Data excerpts
════════════════════
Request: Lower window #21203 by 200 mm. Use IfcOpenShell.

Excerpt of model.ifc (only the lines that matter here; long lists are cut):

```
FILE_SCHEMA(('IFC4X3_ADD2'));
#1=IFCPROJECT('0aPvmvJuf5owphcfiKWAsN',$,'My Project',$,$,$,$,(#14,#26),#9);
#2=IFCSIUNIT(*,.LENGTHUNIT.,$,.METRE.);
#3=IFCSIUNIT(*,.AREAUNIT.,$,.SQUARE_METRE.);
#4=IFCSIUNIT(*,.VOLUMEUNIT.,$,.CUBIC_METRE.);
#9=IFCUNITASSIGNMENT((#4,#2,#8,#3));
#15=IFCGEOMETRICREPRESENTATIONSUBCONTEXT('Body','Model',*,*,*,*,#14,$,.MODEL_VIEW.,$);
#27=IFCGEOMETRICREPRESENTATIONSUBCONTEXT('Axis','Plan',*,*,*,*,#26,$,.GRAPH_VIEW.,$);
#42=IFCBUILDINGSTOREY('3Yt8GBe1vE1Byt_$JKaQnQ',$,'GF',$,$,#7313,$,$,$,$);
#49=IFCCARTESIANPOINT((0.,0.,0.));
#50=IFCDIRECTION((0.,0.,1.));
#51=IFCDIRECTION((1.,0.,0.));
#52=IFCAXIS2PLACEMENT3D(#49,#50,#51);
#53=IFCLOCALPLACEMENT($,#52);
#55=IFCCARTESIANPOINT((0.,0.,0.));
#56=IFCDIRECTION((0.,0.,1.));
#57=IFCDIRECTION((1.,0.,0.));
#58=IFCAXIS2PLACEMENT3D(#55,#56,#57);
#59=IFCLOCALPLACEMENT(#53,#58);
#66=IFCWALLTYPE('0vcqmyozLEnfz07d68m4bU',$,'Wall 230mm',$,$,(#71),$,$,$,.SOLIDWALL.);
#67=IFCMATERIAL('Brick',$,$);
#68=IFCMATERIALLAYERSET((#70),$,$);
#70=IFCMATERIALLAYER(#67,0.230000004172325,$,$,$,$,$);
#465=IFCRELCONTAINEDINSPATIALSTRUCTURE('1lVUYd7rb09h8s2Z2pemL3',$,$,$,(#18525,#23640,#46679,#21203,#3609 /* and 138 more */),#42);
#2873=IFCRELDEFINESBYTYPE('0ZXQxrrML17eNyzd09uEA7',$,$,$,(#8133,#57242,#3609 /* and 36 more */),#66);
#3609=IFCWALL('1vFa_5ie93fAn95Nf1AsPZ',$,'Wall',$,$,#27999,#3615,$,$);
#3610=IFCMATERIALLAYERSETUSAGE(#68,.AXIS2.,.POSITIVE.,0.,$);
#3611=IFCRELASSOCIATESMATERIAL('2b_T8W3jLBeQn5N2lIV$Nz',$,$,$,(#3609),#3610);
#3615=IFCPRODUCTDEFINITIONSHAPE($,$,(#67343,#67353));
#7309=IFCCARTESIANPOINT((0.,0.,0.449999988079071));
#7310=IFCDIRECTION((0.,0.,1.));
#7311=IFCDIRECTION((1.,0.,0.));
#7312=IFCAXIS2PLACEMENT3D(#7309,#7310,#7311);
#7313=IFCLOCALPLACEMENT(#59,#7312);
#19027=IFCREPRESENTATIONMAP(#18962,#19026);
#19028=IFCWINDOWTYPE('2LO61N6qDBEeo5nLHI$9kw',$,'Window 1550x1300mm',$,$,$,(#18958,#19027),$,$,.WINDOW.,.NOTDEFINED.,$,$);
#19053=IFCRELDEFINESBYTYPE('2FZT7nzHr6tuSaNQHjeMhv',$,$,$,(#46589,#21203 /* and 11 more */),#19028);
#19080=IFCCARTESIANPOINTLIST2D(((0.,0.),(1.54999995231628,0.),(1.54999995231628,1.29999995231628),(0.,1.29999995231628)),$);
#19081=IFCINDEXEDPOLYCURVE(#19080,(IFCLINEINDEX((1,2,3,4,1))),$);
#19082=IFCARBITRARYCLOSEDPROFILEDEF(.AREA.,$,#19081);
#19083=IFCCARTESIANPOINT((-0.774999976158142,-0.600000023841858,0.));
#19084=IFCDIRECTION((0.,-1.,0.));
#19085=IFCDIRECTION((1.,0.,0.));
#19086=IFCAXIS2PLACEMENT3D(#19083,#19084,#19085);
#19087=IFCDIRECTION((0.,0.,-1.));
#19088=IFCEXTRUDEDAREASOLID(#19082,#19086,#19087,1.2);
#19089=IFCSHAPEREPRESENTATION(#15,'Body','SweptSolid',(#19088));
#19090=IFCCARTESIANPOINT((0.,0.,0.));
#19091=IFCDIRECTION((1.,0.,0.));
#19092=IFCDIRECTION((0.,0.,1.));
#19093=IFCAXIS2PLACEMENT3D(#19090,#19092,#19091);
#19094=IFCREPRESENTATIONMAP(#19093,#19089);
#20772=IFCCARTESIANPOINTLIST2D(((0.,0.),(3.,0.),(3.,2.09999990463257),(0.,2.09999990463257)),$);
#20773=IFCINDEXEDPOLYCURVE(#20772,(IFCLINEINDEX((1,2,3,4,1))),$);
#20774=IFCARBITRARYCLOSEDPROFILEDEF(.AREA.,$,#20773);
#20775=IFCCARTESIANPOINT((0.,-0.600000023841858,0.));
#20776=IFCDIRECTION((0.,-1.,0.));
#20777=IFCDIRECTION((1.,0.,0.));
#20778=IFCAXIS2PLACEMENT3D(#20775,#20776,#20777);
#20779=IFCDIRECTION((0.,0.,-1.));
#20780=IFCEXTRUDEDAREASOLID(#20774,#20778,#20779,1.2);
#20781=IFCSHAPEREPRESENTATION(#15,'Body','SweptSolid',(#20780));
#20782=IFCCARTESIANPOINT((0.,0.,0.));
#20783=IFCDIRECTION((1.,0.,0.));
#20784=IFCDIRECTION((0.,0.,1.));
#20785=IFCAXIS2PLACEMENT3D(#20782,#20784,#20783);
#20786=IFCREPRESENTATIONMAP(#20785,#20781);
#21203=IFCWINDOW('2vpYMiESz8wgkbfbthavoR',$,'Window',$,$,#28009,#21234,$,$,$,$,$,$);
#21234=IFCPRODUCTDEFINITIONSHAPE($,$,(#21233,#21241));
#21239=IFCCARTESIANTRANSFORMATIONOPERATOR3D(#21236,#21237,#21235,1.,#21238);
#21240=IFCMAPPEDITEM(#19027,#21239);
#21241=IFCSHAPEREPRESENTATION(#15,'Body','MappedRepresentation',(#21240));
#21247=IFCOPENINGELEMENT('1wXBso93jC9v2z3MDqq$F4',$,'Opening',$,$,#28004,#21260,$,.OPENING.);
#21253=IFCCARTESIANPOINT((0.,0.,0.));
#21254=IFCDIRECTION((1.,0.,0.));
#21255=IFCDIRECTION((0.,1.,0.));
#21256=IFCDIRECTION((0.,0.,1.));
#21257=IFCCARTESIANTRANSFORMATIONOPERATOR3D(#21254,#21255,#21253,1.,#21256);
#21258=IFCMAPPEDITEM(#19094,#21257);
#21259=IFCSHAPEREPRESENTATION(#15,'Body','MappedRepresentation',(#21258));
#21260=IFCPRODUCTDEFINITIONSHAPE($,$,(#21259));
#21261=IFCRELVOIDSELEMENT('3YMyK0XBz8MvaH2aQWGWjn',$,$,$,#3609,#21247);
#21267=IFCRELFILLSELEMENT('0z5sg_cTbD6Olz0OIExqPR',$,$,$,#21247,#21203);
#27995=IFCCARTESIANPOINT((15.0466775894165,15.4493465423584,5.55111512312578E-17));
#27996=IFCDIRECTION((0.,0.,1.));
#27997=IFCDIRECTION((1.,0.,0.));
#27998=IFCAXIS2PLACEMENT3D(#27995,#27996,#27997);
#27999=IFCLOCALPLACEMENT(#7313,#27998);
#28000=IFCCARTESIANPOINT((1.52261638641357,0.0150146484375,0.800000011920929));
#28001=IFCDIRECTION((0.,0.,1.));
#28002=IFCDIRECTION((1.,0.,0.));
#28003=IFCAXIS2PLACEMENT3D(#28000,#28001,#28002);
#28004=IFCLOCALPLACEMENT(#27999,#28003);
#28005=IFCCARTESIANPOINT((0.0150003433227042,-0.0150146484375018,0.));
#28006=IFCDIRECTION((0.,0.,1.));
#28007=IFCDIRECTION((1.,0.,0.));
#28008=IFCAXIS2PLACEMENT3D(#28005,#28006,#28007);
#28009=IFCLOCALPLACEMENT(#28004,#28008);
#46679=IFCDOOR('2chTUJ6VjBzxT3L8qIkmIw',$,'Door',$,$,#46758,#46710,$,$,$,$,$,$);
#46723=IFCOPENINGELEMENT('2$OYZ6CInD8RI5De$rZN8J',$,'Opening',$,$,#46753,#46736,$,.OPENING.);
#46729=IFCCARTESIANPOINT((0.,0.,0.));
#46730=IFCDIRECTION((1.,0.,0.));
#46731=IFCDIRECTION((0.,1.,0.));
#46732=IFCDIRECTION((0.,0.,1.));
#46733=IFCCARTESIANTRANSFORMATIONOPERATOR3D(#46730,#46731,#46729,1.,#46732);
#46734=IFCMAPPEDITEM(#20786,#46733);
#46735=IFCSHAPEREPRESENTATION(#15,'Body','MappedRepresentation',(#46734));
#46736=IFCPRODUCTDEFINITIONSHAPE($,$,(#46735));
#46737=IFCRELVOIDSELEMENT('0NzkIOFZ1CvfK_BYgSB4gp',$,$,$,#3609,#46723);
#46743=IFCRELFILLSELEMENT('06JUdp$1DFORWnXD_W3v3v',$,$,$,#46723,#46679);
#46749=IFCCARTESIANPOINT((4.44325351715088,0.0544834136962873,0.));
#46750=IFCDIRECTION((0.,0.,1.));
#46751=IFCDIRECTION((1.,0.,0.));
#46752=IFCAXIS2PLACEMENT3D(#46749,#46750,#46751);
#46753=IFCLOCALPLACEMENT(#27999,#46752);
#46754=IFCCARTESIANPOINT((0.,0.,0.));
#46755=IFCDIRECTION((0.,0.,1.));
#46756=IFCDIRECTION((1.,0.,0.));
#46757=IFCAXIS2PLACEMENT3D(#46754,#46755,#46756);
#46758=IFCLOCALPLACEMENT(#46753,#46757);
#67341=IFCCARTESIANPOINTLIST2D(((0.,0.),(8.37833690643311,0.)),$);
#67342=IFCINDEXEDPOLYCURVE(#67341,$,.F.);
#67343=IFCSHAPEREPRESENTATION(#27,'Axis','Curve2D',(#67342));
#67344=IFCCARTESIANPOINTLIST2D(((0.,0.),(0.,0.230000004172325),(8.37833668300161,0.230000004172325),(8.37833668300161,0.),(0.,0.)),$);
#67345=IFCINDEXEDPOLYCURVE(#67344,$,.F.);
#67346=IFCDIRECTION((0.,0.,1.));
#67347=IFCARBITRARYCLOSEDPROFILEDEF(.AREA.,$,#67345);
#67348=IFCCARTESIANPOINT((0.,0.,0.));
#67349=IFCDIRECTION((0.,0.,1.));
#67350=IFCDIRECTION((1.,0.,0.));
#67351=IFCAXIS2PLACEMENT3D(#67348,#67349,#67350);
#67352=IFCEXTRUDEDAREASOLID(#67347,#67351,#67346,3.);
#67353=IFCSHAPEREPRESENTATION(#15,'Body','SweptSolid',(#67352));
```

```python
import numpy as np
import ifcopenshell
import ifcopenshell.api.geometry
import ifcopenshell.util.placement
import ifcopenshell.util.unit

model = ifcopenshell.open("model.ifc")
unit_scale = ifcopenshell.util.unit.calculate_unit_scale(model)

window = model.by_guid("2vpYMiESz8wgkbfbthavoR")
opening = window.FillsVoids[0].RelatingOpeningElement
dz = -0.2 / unit_scale

shift = np.array([0.0, 0.0, dz])
# The window is placed relative to its opening, so it follows when the opening moves.
matrix = ifcopenshell.util.placement.get_local_placement(opening.ObjectPlacement)
matrix[:3, 3] += shift
ifcopenshell.api.geometry.edit_object_placement(
    model, product=opening, matrix=matrix, is_si=False, should_transform_children=True
)

print(f"moved by {dz * unit_scale:+.3f} m")

model.write("model_rev.ifc")
```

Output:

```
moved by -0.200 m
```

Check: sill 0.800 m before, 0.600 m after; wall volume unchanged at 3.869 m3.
════════════════════
_ACTIVITY_
Please find every line in the records that contains the word "SweptSolid", and copy it out.

_SOLVED PROBLEM_
#19089=IFCSHAPEREPRESENTATION(#15,'Body','SweptSolid',(#19088));
#20781=IFCSHAPEREPRESENTATION(#15,'Body','SweptSolid',(#20780));
#67353=IFCSHAPEREPRESENTATION(#15,'Body','SweptSolid',(#67352));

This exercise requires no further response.